JDD: Bagaimana dengan medium sutra yang menarik Anda, sebagai seorang seniman?

JF: Saya suka cara darah mengalir ke kain. Saya pikir warnanya memukau. Saya memilih sutra karena sangat feminin karena lembut tetapi pada saat yang sama begitu kuat dan sulit untuk disobek. Saya merasa seperti darah sangat berharga dan itu hanya benar bahwa itu ditampilkan pada kain yang sama berharganya.

"Ketika U Cheated on Me," Courtesy of Julia Fox

JDD: Anda dikenal di dunia mode, sebagai mantan desainer, model, dan juga seorang muse. Namun gairah Anda tampaknya terletak pada penciptaan seni. Bagaimana Anda melihat fashion sebagai medium berbeda dari seni?

JF: Saya pikir fashion adalah seni yang indah. Saya merasa seperti apa yang Anda kenakan adalah cara Anda ingin dunia melihat Anda. Ini adalah bentuk ekspresi pertama yang kami kembangkan sebagai manusia. Namun, saya tidak benar-benar merasakan dorongan untuk mengekspresikan diri melalui pakaian. Saya merasa jauh lebih nyaman mengekspresikan diri melalui seni.

"Menuangkan," Courtesy of Julia Fox

JDD: Seberapa mudah atau sulitkah untuk mengubah diri Anda sebagai seorang auteur?

JF: Saya tidak merencanakannya sama sekali. Itu hanya terjadi secara organik.

JDD: Apakah Anda berpikir bahwa sebagai New York “gadis itu,” ada nuansa artis dalam diri Anda?

JF: Saya menganggap diri saya sebagai gadis yang anti-itu. Aku benar-benar tidak peduli terlihat. Saya ingin hal-hal yang saya ciptakan untuk lebih cemerlang dari orang yang saya anggap, yang saya pikir sering tidak akurat dan tidak benar-benar mewakili siapa saya.

Courtesy of Julia Fox

JDD: Apa dorongan untuk main mata dengan drive kematian?

JF: Kurasa aku selalu terpesona dengan kematian. Saya memiliki beberapa pengalaman dekat kematian. Dalam satu contoh khusus, saya melihat terowongan cahaya yang terkenal dan merasakan semangat saya terangkat dari tubuh manusia saya dan menembak ke angkasa. Kurasa aku selalu bertanya-tanya ke mana aku pergi. Saya selalu penasaran. Tanpa sadar menempatkan diri dalam situasi berbahaya. Mungkin karena saya ingin mengunjungi kembali tempat itu.

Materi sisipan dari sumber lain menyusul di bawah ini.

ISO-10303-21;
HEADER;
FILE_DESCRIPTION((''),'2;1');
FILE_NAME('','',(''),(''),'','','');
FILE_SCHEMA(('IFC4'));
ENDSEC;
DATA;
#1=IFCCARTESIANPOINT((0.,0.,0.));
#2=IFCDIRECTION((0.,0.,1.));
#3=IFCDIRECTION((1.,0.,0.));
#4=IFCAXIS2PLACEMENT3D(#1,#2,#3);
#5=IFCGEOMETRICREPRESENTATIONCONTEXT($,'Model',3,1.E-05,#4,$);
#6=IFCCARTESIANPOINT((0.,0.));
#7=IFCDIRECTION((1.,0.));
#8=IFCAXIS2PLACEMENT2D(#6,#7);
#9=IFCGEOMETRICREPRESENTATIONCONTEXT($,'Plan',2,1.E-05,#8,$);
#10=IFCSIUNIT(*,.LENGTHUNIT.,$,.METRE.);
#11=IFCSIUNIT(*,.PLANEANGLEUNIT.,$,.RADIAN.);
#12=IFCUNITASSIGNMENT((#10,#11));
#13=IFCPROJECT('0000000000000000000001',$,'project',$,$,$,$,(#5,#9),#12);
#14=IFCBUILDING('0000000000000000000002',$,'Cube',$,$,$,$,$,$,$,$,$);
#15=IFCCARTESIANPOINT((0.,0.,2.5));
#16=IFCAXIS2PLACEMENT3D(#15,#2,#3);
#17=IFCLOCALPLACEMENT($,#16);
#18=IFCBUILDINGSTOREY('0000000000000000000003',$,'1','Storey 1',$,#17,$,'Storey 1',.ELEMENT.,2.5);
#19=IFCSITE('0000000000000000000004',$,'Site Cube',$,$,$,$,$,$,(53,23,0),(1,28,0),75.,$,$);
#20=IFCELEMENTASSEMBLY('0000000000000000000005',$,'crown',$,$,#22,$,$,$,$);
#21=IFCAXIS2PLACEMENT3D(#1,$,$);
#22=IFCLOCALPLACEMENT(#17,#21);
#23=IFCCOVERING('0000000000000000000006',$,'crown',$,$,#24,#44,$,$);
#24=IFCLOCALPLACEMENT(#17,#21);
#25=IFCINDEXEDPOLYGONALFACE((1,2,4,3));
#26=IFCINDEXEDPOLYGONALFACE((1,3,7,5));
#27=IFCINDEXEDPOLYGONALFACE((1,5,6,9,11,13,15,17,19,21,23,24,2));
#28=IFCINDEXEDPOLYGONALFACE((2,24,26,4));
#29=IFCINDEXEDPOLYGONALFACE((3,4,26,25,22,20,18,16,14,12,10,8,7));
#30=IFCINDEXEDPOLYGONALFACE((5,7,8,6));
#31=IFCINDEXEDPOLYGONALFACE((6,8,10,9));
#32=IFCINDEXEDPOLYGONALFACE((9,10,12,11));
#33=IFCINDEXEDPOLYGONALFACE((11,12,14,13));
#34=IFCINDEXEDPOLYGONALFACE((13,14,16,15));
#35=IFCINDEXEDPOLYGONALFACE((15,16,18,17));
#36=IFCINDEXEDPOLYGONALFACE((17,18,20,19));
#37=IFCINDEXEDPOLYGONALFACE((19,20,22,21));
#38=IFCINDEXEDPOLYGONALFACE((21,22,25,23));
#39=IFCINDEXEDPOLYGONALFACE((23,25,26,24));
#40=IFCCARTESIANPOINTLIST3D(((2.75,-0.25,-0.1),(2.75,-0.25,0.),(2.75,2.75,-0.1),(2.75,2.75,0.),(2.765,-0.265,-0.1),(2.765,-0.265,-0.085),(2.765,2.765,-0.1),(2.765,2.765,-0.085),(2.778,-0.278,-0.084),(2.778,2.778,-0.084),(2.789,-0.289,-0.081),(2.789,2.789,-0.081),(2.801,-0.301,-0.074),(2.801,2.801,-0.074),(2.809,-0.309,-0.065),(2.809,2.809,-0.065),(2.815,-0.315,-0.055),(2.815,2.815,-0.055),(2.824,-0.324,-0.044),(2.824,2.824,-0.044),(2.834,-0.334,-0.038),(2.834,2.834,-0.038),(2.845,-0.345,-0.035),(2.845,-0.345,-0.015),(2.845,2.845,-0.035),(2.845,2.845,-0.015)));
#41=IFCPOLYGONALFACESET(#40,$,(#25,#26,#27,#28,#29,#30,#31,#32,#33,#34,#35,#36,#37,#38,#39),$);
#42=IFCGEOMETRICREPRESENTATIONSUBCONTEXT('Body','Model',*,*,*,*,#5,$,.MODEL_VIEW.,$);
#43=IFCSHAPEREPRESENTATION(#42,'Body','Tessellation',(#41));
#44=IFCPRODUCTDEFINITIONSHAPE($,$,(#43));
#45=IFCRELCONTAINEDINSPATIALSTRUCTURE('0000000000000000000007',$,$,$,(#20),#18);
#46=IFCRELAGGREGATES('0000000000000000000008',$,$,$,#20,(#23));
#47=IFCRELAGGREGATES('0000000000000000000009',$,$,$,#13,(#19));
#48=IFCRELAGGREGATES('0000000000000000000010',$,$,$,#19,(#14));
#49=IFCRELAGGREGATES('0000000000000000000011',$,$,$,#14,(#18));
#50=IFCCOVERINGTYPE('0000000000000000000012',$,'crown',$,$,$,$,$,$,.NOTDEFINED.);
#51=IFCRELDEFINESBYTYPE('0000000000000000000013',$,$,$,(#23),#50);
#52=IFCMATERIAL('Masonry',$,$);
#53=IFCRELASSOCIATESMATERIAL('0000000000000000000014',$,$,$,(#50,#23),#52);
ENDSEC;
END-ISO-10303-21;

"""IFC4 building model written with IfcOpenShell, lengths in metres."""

from ifc_helpers import new_model, si_unit, frame, origin_with_axes, origin_2d_with_axis, place, context, subcontext, project, spatial, polyline, outline, extrude, clip, halfspace, material, material_profile, profile_set, profile_usage, type_object, element, aggregate, save


model = new_model("IFC4")

# Units and contexts
model_context = context("Model", 3, precision=1e-05, world=origin_with_axes())
plan_context = context("Plan", 2, precision=1e-05, world=origin_2d_with_axis())
body_context = subcontext(model_context, "Body", "Model", "MODEL_VIEW")
ifc_project = project(units=[si_unit("LENGTHUNIT", "METRE"), si_unit("PLANEANGLEUNIT", "RADIAN")], contexts=[model_context, plan_context])

# Site, building, storey
site = spatial("IfcSite", under=ifc_project, Name="Site Cube", RefLatitude=(53, 23, 0), RefLongitude=(1, 28, 0), RefElevation=75.0)
building = spatial("IfcBuilding", under=site, Name="Cube")
storey_placement = place(None, frame((0.0, 0.0, 2.5), z_axis=(0.0, 0.0, 1.0), x_axis=(1.0, 0.0, 0.0)))
storey = spatial("IfcBuildingStorey", under=building, at=storey_placement, Name="1", Description="Storey 1", LongName="Storey 1", CompositionType="ELEMENT", Elevation=2.5)

# Shared definitions
ifc_material_1 = material(Name="Masonry")

# Element assembly, covering
assembly_1_placement = place(storey_placement, frame((0.0, 0.0, -2.5), z_axis=(0.0, 0.0, 1.0), x_axis=(1.0, 0.0, 0.0)))
assembly_1 = element("IfcElementAssembly", 1, at=assembly_1_placement, inside=storey, Name="crown")
ifc_material_profile_1 = material_profile(ifc_material_1, outline(polyline([(0.25, -0.1), (0.265, -0.1), (0.265, -0.085), (0.278, -0.084), (0.289, -0.081), (0.301, -0.074), (0.309, -0.065), (0.315, -0.055), (0.324, -0.044), (0.334, -0.038), (0.345, -0.035), (0.345, -0.015), (0.25, 0.0), (0.25, -0.1)])))
ifc_profile_set_1 = profile_set([ifc_material_profile_1])
covering_type_1 = type_object("IfcCoveringType", Name="crown", PredefinedType="NOTDEFINED", material=ifc_profile_set_1)
ifc_profile_usage_1 = profile_usage(ifc_profile_set_1)
covering_1_placement = place(assembly_1_placement, frame((2.5, 3.5, 2.5), z_axis=(0.0, -1.0, 0.0), x_axis=(1.0, 0.0, 0.0)))
covering_1 = element("IfcCovering", 2, at=covering_1_placement, type_object=covering_type_1, material=ifc_profile_usage_1, Name="crown", context=body_context, shape_type="Clipping", body=[
    clip(clip(extrude(outline(polyline([(0.25, -0.1), (0.265, -0.1), (0.265, -0.085), (0.278, -0.084), (0.289, -0.081), (0.301, -0.074), (0.309, -0.065), (0.315, -0.055), (0.324, -0.044), (0.334, -0.038), (0.345, -0.035), (0.345, -0.015), (0.25, 0.0), (0.25, -0.1)])), origin_with_axes(), (0.0, 0.0, 1.0), 4.5), halfspace(frame((0.0, -2.5, 1.0), z_axis=(-0.707107, 0.0, -0.707107), x_axis=(0.707107, 0.0, -0.707107)), False)), halfspace(frame((0.0, -2.5, 3.5), z_axis=(-0.707107, 0.0, 0.707107), x_axis=(0.707107, 0.0, 0.707107)), False)),
])
aggregate(assembly_1, [covering_1])

save(model, "model.ifc")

JDD: Saya telah menemukan bahwa ada garis tipis antara kegembiraan dan bahaya. Khususnya, New York City membuat garis itu semakin kabur. Sebagai penduduk asli New York, bagaimana menurut Anda kota menginspirasi Anda untuk menarik garis antara kegembiraan dan bahaya?

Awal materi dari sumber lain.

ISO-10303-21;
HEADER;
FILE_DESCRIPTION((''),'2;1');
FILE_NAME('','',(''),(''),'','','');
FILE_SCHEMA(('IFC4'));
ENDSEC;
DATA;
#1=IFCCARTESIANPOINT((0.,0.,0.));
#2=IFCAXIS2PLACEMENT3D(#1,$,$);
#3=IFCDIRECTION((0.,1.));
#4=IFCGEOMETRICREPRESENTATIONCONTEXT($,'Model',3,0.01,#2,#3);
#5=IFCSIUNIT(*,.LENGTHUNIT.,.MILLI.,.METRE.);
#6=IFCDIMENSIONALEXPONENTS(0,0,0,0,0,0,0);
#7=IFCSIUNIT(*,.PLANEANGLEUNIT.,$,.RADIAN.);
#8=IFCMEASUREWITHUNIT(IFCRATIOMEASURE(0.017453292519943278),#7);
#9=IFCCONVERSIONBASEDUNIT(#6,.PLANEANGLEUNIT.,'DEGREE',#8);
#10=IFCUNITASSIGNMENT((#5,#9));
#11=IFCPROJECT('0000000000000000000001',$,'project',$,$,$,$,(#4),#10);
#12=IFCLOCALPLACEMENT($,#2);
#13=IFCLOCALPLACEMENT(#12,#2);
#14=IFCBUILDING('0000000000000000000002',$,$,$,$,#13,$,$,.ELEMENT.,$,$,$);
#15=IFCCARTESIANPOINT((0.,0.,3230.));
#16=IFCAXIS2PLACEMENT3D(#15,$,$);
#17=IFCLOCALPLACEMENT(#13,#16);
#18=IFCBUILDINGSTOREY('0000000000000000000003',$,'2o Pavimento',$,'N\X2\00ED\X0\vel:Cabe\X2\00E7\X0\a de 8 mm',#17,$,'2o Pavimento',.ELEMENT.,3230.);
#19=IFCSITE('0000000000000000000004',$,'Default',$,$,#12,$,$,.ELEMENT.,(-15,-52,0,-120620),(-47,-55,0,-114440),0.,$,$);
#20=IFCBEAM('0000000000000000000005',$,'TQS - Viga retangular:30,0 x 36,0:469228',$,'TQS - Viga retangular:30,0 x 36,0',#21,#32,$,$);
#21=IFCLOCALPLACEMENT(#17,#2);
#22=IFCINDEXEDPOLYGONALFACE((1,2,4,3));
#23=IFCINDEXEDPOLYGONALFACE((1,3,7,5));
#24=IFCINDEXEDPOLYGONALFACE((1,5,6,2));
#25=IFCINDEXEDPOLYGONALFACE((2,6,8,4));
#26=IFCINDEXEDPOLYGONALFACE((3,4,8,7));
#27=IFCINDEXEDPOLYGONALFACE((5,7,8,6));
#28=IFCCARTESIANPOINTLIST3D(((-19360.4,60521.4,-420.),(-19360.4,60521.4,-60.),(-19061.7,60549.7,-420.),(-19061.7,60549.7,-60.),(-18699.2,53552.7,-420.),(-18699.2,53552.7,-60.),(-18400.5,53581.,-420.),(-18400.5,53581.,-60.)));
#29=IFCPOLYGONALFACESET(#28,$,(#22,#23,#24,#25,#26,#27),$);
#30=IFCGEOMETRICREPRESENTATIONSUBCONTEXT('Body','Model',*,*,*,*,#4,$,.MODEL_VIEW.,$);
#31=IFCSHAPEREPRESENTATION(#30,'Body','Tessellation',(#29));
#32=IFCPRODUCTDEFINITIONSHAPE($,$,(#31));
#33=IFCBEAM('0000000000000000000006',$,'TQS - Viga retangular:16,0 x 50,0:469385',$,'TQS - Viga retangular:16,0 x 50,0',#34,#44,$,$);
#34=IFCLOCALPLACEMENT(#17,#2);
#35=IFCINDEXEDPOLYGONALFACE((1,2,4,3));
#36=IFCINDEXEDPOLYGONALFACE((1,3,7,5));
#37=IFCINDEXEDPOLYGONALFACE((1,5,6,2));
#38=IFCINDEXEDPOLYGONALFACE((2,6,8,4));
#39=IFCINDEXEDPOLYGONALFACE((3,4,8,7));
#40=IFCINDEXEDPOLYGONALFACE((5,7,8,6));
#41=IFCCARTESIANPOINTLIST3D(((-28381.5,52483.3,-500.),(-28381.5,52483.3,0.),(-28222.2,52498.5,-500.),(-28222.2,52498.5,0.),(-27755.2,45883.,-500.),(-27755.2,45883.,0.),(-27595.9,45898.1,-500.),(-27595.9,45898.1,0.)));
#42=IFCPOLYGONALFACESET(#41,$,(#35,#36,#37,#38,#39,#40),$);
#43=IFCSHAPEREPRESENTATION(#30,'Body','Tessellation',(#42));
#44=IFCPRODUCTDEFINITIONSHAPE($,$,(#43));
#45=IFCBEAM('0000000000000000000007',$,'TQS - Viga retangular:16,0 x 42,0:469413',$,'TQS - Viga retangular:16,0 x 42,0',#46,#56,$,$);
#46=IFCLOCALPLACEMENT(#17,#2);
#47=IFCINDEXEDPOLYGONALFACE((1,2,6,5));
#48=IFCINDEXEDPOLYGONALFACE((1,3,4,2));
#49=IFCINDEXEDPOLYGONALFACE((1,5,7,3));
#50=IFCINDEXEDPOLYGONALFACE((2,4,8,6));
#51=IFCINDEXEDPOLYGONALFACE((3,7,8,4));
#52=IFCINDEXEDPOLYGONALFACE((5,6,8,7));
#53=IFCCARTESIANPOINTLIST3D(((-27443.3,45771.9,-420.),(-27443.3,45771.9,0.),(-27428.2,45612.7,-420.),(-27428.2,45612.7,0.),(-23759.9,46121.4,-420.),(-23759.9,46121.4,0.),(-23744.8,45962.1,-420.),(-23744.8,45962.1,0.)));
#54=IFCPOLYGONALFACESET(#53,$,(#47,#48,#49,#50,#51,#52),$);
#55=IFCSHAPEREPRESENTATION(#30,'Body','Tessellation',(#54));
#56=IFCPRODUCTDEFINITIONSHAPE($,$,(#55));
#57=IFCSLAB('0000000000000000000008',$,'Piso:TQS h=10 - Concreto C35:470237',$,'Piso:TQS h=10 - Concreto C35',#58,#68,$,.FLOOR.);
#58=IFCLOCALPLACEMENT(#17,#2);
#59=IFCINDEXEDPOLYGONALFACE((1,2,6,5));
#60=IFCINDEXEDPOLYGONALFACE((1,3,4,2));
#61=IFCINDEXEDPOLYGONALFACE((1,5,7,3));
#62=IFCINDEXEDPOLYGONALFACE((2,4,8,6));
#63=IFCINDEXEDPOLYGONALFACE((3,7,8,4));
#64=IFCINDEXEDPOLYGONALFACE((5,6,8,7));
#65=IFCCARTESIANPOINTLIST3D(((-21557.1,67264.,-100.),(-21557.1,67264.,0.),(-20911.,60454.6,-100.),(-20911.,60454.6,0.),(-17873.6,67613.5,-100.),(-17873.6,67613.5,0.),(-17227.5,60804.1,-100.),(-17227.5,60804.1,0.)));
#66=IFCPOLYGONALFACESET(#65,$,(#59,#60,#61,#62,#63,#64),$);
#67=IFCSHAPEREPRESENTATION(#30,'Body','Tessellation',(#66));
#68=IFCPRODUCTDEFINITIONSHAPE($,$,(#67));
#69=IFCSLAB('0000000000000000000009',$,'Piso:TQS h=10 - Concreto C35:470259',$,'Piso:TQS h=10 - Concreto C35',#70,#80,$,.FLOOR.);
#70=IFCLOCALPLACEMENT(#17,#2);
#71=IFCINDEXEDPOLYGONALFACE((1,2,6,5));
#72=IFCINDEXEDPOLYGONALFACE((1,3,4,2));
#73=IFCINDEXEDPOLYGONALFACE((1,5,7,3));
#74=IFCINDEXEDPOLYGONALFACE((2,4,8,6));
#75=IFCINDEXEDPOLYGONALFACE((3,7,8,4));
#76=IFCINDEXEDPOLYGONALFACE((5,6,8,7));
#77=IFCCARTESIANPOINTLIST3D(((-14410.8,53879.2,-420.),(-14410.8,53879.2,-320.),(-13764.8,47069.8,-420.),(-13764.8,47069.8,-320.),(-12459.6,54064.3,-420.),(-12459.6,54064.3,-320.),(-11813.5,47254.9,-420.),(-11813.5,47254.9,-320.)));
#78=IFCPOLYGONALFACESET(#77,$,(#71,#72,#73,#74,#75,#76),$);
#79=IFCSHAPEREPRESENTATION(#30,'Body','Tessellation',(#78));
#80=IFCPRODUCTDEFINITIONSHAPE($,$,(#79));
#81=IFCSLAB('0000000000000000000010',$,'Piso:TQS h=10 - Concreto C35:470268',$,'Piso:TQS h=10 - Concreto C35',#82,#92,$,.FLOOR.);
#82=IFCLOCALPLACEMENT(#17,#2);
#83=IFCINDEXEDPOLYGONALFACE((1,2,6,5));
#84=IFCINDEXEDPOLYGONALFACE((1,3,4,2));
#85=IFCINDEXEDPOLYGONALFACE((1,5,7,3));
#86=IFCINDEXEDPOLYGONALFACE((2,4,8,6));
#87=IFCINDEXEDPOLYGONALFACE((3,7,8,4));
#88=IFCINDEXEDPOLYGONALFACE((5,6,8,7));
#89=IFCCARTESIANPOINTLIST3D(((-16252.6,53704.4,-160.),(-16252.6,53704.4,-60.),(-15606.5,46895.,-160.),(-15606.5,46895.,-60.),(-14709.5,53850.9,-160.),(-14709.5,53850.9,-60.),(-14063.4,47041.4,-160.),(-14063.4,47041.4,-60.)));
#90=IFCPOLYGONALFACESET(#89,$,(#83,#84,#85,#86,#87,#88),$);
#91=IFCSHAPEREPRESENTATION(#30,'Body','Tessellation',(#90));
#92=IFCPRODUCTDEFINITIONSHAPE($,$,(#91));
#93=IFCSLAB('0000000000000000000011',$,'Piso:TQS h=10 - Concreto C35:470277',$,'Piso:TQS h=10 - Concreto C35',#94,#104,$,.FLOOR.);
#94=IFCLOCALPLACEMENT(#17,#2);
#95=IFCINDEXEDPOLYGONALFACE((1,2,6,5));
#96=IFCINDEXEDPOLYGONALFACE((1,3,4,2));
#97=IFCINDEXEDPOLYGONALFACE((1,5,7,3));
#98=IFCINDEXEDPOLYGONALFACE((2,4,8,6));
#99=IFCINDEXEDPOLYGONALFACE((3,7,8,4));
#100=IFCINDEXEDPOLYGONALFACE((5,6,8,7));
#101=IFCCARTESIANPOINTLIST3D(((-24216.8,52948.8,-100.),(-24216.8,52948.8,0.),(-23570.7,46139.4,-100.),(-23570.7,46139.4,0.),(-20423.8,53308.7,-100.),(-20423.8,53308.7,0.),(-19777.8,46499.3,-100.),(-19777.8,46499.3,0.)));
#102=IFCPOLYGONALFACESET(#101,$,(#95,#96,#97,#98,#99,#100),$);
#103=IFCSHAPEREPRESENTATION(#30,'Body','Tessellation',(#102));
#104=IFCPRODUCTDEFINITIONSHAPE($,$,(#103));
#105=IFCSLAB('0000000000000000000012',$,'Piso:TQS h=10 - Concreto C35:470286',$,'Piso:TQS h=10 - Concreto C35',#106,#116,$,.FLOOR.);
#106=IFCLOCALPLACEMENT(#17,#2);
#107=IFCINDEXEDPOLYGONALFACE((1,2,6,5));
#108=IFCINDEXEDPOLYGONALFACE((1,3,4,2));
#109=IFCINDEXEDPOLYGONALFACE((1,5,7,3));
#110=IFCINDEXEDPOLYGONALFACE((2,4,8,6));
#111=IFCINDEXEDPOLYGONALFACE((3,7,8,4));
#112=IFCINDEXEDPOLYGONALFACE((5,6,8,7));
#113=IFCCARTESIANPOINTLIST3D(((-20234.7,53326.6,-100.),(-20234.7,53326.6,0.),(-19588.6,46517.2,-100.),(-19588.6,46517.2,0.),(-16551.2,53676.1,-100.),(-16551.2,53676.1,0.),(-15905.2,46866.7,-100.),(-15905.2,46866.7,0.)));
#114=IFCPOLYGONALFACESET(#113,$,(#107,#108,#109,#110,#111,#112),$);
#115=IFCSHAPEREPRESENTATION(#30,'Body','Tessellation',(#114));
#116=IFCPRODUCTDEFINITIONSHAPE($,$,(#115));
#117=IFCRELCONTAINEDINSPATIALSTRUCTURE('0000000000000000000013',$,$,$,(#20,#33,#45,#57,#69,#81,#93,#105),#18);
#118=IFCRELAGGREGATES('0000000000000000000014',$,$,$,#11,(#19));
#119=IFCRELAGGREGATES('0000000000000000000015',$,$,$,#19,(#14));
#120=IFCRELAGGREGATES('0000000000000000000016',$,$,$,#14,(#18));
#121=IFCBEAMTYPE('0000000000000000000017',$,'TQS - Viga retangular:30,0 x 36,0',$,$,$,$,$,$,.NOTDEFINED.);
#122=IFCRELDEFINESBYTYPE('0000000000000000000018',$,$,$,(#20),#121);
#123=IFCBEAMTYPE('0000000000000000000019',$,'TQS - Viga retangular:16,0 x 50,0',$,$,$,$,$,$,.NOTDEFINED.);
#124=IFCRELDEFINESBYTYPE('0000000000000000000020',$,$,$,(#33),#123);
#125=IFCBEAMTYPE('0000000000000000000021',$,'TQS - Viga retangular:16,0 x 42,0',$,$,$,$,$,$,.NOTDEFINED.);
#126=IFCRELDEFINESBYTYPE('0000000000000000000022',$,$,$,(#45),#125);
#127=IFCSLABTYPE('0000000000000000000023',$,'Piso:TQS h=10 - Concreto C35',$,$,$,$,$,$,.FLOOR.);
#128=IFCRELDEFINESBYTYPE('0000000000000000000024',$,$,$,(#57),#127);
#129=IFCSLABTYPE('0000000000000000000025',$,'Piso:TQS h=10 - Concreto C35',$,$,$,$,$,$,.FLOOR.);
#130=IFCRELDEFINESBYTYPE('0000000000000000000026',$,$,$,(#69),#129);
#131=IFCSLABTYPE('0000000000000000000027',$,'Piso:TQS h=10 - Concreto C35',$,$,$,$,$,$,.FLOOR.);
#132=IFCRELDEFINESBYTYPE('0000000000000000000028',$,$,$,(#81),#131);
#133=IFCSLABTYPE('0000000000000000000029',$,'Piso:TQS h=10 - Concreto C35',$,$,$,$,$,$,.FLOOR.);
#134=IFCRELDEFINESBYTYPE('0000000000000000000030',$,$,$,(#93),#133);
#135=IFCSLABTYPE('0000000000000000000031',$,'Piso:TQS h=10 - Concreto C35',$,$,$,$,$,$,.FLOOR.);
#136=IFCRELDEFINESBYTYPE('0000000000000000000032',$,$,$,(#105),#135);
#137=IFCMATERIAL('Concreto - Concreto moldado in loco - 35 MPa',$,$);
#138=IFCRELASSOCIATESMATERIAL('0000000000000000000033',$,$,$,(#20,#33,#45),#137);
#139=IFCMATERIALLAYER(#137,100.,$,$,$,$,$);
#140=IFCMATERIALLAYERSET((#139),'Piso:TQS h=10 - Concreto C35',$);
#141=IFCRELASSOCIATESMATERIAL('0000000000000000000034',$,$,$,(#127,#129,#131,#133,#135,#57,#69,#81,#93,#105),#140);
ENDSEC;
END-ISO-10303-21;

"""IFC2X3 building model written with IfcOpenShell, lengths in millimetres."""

from ifc_helpers import new_model, entity, si_unit, converted_unit, direction, frame, frame_2d, origin, origin_2d_with_axis, place, context, subcontext, project, spatial, rectangle, extrude, material, layer, layer_set, layer_usage, type_object, element, save


model = new_model("IFC2X3")

# Units and contexts
model_context = context("Model", 3, precision=0.01, world=origin(), true_north=direction((0.0, 1.0)))
body_context = subcontext(model_context, "Body", "Model", "MODEL_VIEW")
ifc_project = project(units=[si_unit("LENGTHUNIT", "METRE", prefix="MILLI"), converted_unit("PLANEANGLEUNIT", "DEGREE", entity("IfcRatioMeasure", 0.017453292519943278), si_unit("PLANEANGLEUNIT", "RADIAN"), dimensions=[0, 0, 0, 0, 0, 0, 0])], contexts=[model_context])

# Site, building, storey
site_placement = place(None, origin())
site = spatial("IfcSite", under=ifc_project, at=site_placement, Name="Default", CompositionType="ELEMENT", RefLatitude=(-15, -52, 0, -120620), RefLongitude=(-47, -55, 0, -114440), RefElevation=0.0)
building_placement = place(site_placement, origin())
building = spatial("IfcBuilding", under=site, at=building_placement, CompositionType="ELEMENT")
storey_placement = place(building_placement, frame((0.0, 0.0, 3230.0)))
storey = spatial("IfcBuildingStorey", under=building, at=storey_placement, Name="2o Pavimento", ObjectType="Nível:Cabeça de 8 mm", LongName="2o Pavimento", CompositionType="ELEMENT", Elevation=3230.0)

JF: Ya, tentu saja. Saya pikir hal-hal yang menyenangkan orang lain bahkan tidak menggores permukaan untuk saya. Saya butuh lebih banyak untuk merasakan adrenalin dan sensasi.

Courtesy of Julia Fox

JDD: Ritual membantu mengelola emosi yang tidak dapat dimainkan. Jelaskan peran ritual dalam pekerjaan Anda.

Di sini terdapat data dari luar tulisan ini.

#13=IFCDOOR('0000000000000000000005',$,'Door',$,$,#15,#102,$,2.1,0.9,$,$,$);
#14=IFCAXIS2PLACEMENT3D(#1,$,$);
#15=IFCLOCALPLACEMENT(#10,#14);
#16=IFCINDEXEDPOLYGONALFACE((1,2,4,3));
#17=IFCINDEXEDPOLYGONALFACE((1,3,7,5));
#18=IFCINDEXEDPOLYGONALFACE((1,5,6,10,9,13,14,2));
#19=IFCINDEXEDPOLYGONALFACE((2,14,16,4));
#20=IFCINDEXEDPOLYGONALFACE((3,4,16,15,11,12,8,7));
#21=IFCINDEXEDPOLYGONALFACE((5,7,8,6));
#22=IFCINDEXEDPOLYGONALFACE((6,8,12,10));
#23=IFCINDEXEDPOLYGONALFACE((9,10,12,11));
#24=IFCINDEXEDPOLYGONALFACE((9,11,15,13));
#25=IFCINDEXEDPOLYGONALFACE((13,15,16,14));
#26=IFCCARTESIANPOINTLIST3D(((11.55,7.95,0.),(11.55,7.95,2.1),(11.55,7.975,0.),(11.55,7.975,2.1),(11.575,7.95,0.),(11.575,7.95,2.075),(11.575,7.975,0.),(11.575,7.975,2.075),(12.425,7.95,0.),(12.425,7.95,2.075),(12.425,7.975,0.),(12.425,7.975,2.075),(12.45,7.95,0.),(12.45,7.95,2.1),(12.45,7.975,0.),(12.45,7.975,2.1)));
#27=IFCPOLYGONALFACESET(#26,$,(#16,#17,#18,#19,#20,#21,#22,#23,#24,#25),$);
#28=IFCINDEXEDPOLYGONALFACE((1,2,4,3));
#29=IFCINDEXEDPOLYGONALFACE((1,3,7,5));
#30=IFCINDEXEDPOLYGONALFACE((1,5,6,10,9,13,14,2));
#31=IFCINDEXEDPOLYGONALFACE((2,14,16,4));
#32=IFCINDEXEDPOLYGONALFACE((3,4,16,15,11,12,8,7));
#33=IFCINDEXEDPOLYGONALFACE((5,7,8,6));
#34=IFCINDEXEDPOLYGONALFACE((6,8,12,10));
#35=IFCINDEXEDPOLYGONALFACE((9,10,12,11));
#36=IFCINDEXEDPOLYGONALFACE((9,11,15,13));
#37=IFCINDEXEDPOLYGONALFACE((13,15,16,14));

JF: Saya menjelajahi kematian dalam segala bentuk, salah satunya adalah berkorban. Kematian sebagai persembahan bagi pencipta hebat. Energi hanya bisa ditransfer, tidak bisa mati. Selama pengorbanan, tuan rumah “mati,” tetapi energinya hidup, mungkin di alam lain tanpa sepengetahuan kita. Tapi suatu hari kita semua akan pergi ke sana. Itulah kesamaan yang kita miliki. Kita semua akan mati suatu hari nanti.

JDD: Apa kekuatan yang lebih besar, menurut Anda, bekerja untuk menekan dorongan primal yang ada di dalam?

JF: Manusia adalah makhluk yang canggih. Kami terus memiliki naluri kebinatangan, bagaimanapun, kami telah terkondisi selama ribuan tahun untuk menekan mereka karena mereka tidak lagi diperlukan seperti dulu.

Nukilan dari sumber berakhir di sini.